Thank God I've never actually purchased any Adobe products. Phew, that was a close one.

--
Organization? You must be joking..
Metachoice by SuperKendall · 2013-10-03 12:15 · Score: 2

After which episode that Adobe had credit card records stolen from it did you make that decision?
Adobe may or may have had one before.
But there are enough other companies that have, that it's easy to make a rational choice based on the probability that it will happen to a company like Adobe, based on what has happened to companies at large that attract large bases of credit card numbers - especially as Adobe has recently moving to a subscription based service where they have presumably got a lot more credit card numbers stored than they used to before.
That was a factor in why I decided that I would not subscribe to the Photoshop subscription, even though the more recent photographically oriented pricing for just a few products was more appealing.
I'm all for paying for products myself, I do so whenever possible.

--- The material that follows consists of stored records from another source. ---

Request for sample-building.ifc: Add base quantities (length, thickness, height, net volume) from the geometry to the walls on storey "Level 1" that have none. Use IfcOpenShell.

First a look at what the model holds.

```python
import ifcopenshell
import ifcopenshell.util.element
import ifcopenshell.util.unit

model = ifcopenshell.open("sample-building.ifc")
print(model.schema)
for unit_type in ("LENGTHUNIT", "AREAUNIT", "VOLUMEUNIT"):
    print(unit_type, ifcopenshell.util.unit.calculate_unit_scale(model, unit_type))
storey = next(s for s in model.by_type("IfcBuildingStorey") if s.Name == "Level 1")
walls = [e for e in ifcopenshell.util.element.get_decomposition(storey) if e.is_a("IfcWall")]
for e in sorted(walls, key=lambda e: e.id()):
    print(e.id(), e.is_a(), e.Name, list(ifcopenshell.util.element.get_psets(e, qtos_only=True)), sep=" | ")
```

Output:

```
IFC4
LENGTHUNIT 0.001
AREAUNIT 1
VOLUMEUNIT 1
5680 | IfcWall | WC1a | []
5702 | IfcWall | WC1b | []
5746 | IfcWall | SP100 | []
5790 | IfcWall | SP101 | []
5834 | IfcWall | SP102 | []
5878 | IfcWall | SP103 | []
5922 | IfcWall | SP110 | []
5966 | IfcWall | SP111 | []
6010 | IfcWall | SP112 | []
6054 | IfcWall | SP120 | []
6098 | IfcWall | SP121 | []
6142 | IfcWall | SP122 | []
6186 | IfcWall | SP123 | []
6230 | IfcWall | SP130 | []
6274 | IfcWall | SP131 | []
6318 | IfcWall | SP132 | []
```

```python
import ifcopenshell
import ifcopenshell.api.pset
import ifcopenshell.geom
import ifcopenshell.util.element
import ifcopenshell.util.shape
import ifcopenshell.util.unit

model = ifcopenshell.open("sample-building.ifc")
unit_scale = ifcopenshell.util.unit.calculate_unit_scale(model)
volume_scale = ifcopenshell.util.unit.calculate_unit_scale(model, "VOLUMEUNIT")
settings = ifcopenshell.geom.settings()

storey = next(s for s in model.by_type("IfcBuildingStorey") if s.Name == "Level 1")
walls = [e for e in ifcopenshell.util.element.get_decomposition(storey) if e.is_a("IfcWall")]

for e in sorted(walls, key=lambda e: e.id()):
    if ifcopenshell.util.element.get_psets(e, qtos_only=True, should_inherit=False):
        continue
    # Geometry comes back in metres, in the element's own axes.
    shape = ifcopenshell.geom.create_shape(settings, e)
    values = {
        "Length": ifcopenshell.util.shape.get_x(shape.geometry) / unit_scale,
        "Width": ifcopenshell.util.shape.get_y(shape.geometry) / unit_scale,
        "Height": ifcopenshell.util.shape.get_z(shape.geometry) / unit_scale,
        "NetVolume": ifcopenshell.util.shape.get_volume(shape.geometry) / volume_scale,
    }
    qto = ifcopenshell.api.pset.add_qto(model, product=e, name="Qto_WallBaseQuantities")
    ifcopenshell.api.pset.edit_qto(model, qto=qto, properties=values)
    print(e.id(), {k: round(v, 3) for k, v in values.items()})

model.write("sample-building_v2.ifc")
```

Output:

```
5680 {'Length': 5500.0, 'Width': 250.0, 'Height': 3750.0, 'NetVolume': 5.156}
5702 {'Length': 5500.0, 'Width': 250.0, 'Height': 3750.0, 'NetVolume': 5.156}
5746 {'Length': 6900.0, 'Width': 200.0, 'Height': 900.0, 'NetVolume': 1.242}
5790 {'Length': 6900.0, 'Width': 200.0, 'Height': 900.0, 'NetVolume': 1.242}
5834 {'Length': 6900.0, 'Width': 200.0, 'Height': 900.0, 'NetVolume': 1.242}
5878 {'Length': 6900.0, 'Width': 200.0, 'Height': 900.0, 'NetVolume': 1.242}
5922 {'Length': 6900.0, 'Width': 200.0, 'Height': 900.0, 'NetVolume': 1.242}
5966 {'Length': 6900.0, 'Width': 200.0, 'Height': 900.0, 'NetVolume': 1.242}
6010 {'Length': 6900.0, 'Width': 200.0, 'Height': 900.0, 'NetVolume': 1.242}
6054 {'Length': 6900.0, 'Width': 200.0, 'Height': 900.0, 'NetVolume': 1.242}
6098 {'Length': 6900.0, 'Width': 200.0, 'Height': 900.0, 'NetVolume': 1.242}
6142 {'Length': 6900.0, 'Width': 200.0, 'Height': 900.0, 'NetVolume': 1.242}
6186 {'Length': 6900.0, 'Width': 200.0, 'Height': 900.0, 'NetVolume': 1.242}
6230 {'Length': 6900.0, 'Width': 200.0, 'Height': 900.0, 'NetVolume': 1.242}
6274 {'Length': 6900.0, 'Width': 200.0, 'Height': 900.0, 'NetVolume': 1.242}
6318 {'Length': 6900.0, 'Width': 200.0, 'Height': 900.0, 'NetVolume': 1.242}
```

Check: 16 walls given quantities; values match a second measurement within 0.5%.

But what I am not for is needless exposure of my financial data just because a company would prefer recurring revenue.

--
"There is more worth loving than we have strength to love." - Brian Jay Stanley
Adobe != security by oneiros27 · 2013-10-03 12:52 · Score: 5, Interesting

Adobe must be the one company in the world to have a worse track record at security than Microsoft, Oracle or Mozilla.
At my work, they require us to take annual security training ... and this year, I flat out refused to take it from any of my systems ... because I had to install flash & turn on java in my web browser. I had to go to the 'training center' to take it from one of the machines there.
... not a week later, the first of the 2013 Flash vulnerabilities was announced ... then a couple of weeks later, another one ... then the Java one ...
Then I was told that I had to take the 'advanced security' training ... what was the recommendation? to turn off flash & java in your web browser.
ah, the irony.

--
Build it, and they will come^Hplain.
Virtual Credit Card Numbers by slonik · 2013-10-03 15:39 · Score: 4, Informative

Citibank offers "Virtual Credit Cards" that are generated for you on demand. Each card is valid for one merchant only (the first transaction locks the merchant), has configurable expiration date and maximum amount limit. Even if stolen such virtual cards are of little use to the bad guys.
Re:3 million? by lennier1 · 2013-10-03 17:39 · Score: 2

It's now running on a heavily customized Tomcat that's been twisted long enough until you could no longer simply update it independently.
Re:This is just adobe's way of saying... by lxs · 2013-10-03 22:08 · Score: 3, Funny

stenography efforts flagged
That's why I stick to writing longhand. Take that Adobe!
Did they get the info to spoof an update? by Growlor · 2013-10-04 01:16 · Score: 2

Forget the credit card info - the real juicy stuff for a criminal would be to get whatever is needed to trick the update feature to trust a malicious piece of code (especially if it can be automated without user interaction!)
This is the most important thing I want to hear from Adobe's response team: Did the attackers get what would be needed to do this, yes or no?
Re:seeing the future verses the writing on the wal by MachineShedFred · 2013-10-04 01:37 · Score: 4, Insightful

I'll take this one further:
Buying a piece of software from a vendor: Adobe doesn't have your details.
Paying on a monthly basis to a software company: Adobe has your details.
Software vendor not named Microsoft most responsible for exploits and attacks in the last 10 years: Adobe Systems
If they can't even keep something like Acrobat Reader secure, how the hell does anyone trust them with credit card information? The long road that has been "software activation" led us to this place.

--
Slashdot still doesnâ(TM)t support Unicode after it was added to the HTML standard in 1997.